要一杯茶,坐下,慢慢等待暮色降臨。岸邊石凳上,還殘存著陽光的溫度。蟬鳴已不如正午熾烈,依然讓內心感到燥熱。啜一口茶,壓一壓心火。想,有一陣風多好。放下杯子,抬頭,臨水的柳條款款而動,合著古典詞曲的韻腳,將一股涼爽送來,由身及心。同樣的風,體現在店招上,是另外一種風格。那種動,讓人感覺是招搖,是顯擺。倒也切合招牌的身份。
希望夜晚快些降臨。那夜卻如我年邁爺爺不靈便的腿腳,無論如何急,總快不起來。已向茶杯里加了兩次水,街燈才次第亮起,讓人感覺天還沒有黑。我需要借助更深夜色的掩護,悄悄潛入古鎮,潛入古鎮曾有的生活里。
街上如織的人流散去,喧嘩一天的市聲終于靜了??蜅jP鋪板的聲音終結于上門栓那一聲脆響,之后,整條街寂靜下來。河里的流水有了聲音,夜越深,水流越響。路燈顯得冷清,但依然比遠天的星斗明亮。提醒古鎮的人們,這里仍是人間。
黑,已恰到好處。依據這古舊的老街老屋老樹提示,慢慢復原古鎮曾有過的生活。
傳統的農耕生活是古鎮生活的主流,四圍肥沃的田地便是明證。牛羊歸圈,倦鳥息翅,耕者回家。吃過飯,一家人,坐在院里,在習習晚風中,漫無主題地閑話。談莊稼、擺鄰里、講古今、說聊齋。嬰兒在母親懷里含著乳頭,漸漸入睡。幼童在大人間嬉鬧,偶有失睦,抓打起來,大人粗著嗓子吼一聲,便息聲不敢再鬧。但隔不多久,又重歸于好,嬉戲如初。待老人將旱煙抽足了,將煙鍋里的煙灰在面前的石沿上磕盡,抬頭望一眼天,伸個懶腰。明天還要鋤地,睡了。說完,也不看誰一眼,自顧自地進屋去了。只一會兒,所有人輕手輕腳地回到各自的床上。夜就只剩下夜了。這是古鎮四周村子里農家大多數的生活,甚至也是我曾經的童年夜晚。

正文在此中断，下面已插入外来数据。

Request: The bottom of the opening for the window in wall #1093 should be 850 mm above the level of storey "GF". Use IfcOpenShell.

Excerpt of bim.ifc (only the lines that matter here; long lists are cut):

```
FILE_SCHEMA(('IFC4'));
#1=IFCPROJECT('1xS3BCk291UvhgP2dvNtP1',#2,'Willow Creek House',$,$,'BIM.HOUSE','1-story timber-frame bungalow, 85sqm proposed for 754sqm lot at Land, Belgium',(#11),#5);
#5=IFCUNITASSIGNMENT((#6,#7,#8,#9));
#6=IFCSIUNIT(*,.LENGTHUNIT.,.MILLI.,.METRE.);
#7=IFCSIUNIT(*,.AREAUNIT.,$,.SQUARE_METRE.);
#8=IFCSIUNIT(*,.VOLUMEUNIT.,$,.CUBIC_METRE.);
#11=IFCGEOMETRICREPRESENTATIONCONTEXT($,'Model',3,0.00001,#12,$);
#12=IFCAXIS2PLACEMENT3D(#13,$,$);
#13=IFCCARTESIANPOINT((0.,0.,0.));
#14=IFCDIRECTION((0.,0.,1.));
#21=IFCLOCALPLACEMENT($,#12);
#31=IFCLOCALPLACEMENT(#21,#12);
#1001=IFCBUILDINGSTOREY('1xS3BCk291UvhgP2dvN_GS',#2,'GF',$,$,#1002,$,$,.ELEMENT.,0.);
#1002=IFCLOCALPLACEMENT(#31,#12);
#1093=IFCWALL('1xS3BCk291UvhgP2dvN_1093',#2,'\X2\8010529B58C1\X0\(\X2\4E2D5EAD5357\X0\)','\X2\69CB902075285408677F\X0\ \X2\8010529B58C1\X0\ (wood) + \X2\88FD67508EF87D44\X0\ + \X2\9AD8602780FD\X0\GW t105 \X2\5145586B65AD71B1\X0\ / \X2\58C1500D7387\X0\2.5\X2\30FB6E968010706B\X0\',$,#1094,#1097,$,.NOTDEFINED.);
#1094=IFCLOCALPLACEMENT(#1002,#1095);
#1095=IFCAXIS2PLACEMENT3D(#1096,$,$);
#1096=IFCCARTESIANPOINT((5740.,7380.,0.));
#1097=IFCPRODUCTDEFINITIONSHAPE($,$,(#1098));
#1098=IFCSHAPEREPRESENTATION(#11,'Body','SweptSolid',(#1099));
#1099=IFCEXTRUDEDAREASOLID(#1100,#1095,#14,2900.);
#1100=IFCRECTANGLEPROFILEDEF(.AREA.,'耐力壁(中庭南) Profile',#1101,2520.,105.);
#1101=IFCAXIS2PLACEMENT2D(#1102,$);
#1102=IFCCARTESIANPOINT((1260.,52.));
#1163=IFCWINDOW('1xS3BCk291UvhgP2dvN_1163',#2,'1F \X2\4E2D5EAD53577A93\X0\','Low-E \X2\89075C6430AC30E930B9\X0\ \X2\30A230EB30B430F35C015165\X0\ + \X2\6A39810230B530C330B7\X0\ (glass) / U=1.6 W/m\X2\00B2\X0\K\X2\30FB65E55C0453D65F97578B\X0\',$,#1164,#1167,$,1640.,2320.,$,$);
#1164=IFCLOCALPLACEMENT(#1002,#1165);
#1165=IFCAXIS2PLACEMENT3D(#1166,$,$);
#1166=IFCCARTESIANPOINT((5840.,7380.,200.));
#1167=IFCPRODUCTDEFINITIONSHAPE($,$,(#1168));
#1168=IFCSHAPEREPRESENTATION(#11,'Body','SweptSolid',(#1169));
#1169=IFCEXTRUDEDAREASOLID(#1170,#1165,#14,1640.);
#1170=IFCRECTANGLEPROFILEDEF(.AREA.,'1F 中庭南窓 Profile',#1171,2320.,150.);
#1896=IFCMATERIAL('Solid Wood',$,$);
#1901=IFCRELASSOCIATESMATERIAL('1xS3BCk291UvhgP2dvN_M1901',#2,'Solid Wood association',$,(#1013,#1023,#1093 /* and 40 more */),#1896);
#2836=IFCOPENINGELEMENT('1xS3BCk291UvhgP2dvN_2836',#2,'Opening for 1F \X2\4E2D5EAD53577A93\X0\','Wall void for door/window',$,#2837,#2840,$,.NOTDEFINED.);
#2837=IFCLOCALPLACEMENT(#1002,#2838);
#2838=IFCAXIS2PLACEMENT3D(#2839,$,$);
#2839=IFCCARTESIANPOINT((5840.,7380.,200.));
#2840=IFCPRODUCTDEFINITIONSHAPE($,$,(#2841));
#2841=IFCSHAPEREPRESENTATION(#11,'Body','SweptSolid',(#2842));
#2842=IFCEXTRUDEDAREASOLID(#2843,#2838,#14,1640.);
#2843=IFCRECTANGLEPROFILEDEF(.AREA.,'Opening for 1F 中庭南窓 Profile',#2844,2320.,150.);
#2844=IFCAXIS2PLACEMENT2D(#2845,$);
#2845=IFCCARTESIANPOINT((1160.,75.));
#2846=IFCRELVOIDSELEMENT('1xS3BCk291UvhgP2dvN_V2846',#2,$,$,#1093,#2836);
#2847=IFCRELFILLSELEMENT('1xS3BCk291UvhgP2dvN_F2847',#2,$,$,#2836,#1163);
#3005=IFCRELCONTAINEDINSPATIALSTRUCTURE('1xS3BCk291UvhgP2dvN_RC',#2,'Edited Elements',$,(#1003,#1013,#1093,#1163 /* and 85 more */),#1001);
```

```python
import numpy as np
import ifcopenshell
import ifcopenshell.api.geometry
import ifcopenshell.geom
import ifcopenshell.util.element
import ifcopenshell.util.placement
import ifcopenshell.util.shape
import ifcopenshell.util.unit

model = ifcopenshell.open("bim.ifc")
unit_scale = ifcopenshell.util.unit.calculate_unit_scale(model)

window = model.by_guid("1xS3BCk291UvhgP2dvN_1163")
opening = window.FillsVoids[0].RelatingOpeningElement
storey = ifcopenshell.util.element.get_container(window, ifc_class="IfcBuildingStorey")
level = ifcopenshell.util.placement.get_local_placement(storey.ObjectPlacement)[2, 3]

# The opening's origin need not be at the sill, so measure its lowest point.
shape = ifcopenshell.geom.create_shape(ifcopenshell.geom.settings(), opening)
bottom = ifcopenshell.util.shape.get_shape_bottom_elevation(shape, shape.geometry) / unit_scale
dz = level + 0.85 / unit_scale - bottom

shift = np.array([0.0, 0.0, dz])
# The window is not placed relative to its opening, so move both.
for product in (opening, window):
    matrix = ifcopenshell.util.placement.get_local_placement(product.ObjectPlacement)
    matrix[:3, 3] += shift
    ifcopenshell.api.geometry.edit_object_placement(model, product=product, matrix=matrix, is_si=False)

print(f"moved by {dz * unit_scale:+.3f} m")

model.write("bim_updated.ifc")
```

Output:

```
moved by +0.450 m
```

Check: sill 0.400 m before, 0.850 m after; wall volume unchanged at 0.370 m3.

在這古鎮的街上,生活是有一些不同的。店鋪的鋪板關上了,事情還沒有了結。累世經商的大院里,算盤珠子要噼里啪啦響上好一陣子。響一陣,將毛筆伸到墨硯里蘸了墨,在毛邊的賬本上記上一陣,又再撥一陣算盤,再記一陣。直到覺得已將一天的收支計算清楚了,隨著賬本輕輕闔上,一天才算完成。鎮上以武舉揚名的韓家是另一番情形,月光下,一群生龍活虎的小伙子正練得歡,有舉石鎖練膂力的,有扎馬步練腳勁的,有對打練習招式的。一聲聲低沉的吼聲,在夜里傳出很遠,顯出古鎮的雄壯。在以文舉出名的楊家,書房里,端坐著的年輕人,正手捧手卷,搖頭晃腦地隨著古人吟哦。后又釋卷操筆,揮毫疾書。書案上的油燈,將身影投到身后的墻上,放大成家族的巨人。當然,在月色下,以出美女且擅于持家的許家要溫馨得多,也休閑得多。年歲小的女子,在母親的指導下操針弄線,做著基本的縫補。年輕待嫁的少女,則獨自遠遠躲在一旁,手里沒閑著,只是那手中的活計是不輕易示人的。偶爾,會讓閨友瞧瞧,便迅速藏起。那秘密,甚至連夜夜照臨的月光也猜不透。
作為商賈要道上的重要驛站,南來北去的過客,也是這古鎮不可忽略的一部分。只是他們的夜要簡單許多。放下沉重的貨物,卸下一天的勞頓。吃過飯,叫來一盆熱水,燙了腳,早早上床歇息。惟一的祝禱是明天別下雨,也別出大太陽;別碰到“棒客”,別讓官家找麻煩,一路太平早到家。當然,一天的勞累容不得他們多想,沾床不久酣聲大起。
一陣汽車喇叭尖厲的聲音將我驚醒,窗外天已大亮。揉著迷糊的雙眼想,這聲音是公雞的打鳴多好。帶著這遺憾融入到街上喧鬧的人流中,清醒地知道,這只是我一廂情愿的懷想。包括昨晚上那些似是而非的想象與夢境,都只是現世逐利追名的奔波中的一種自我安慰,就像我聽說上里還保留著傳統的古樸,便急不可待地匆匆趕來,趕來尋找一個童年的夢。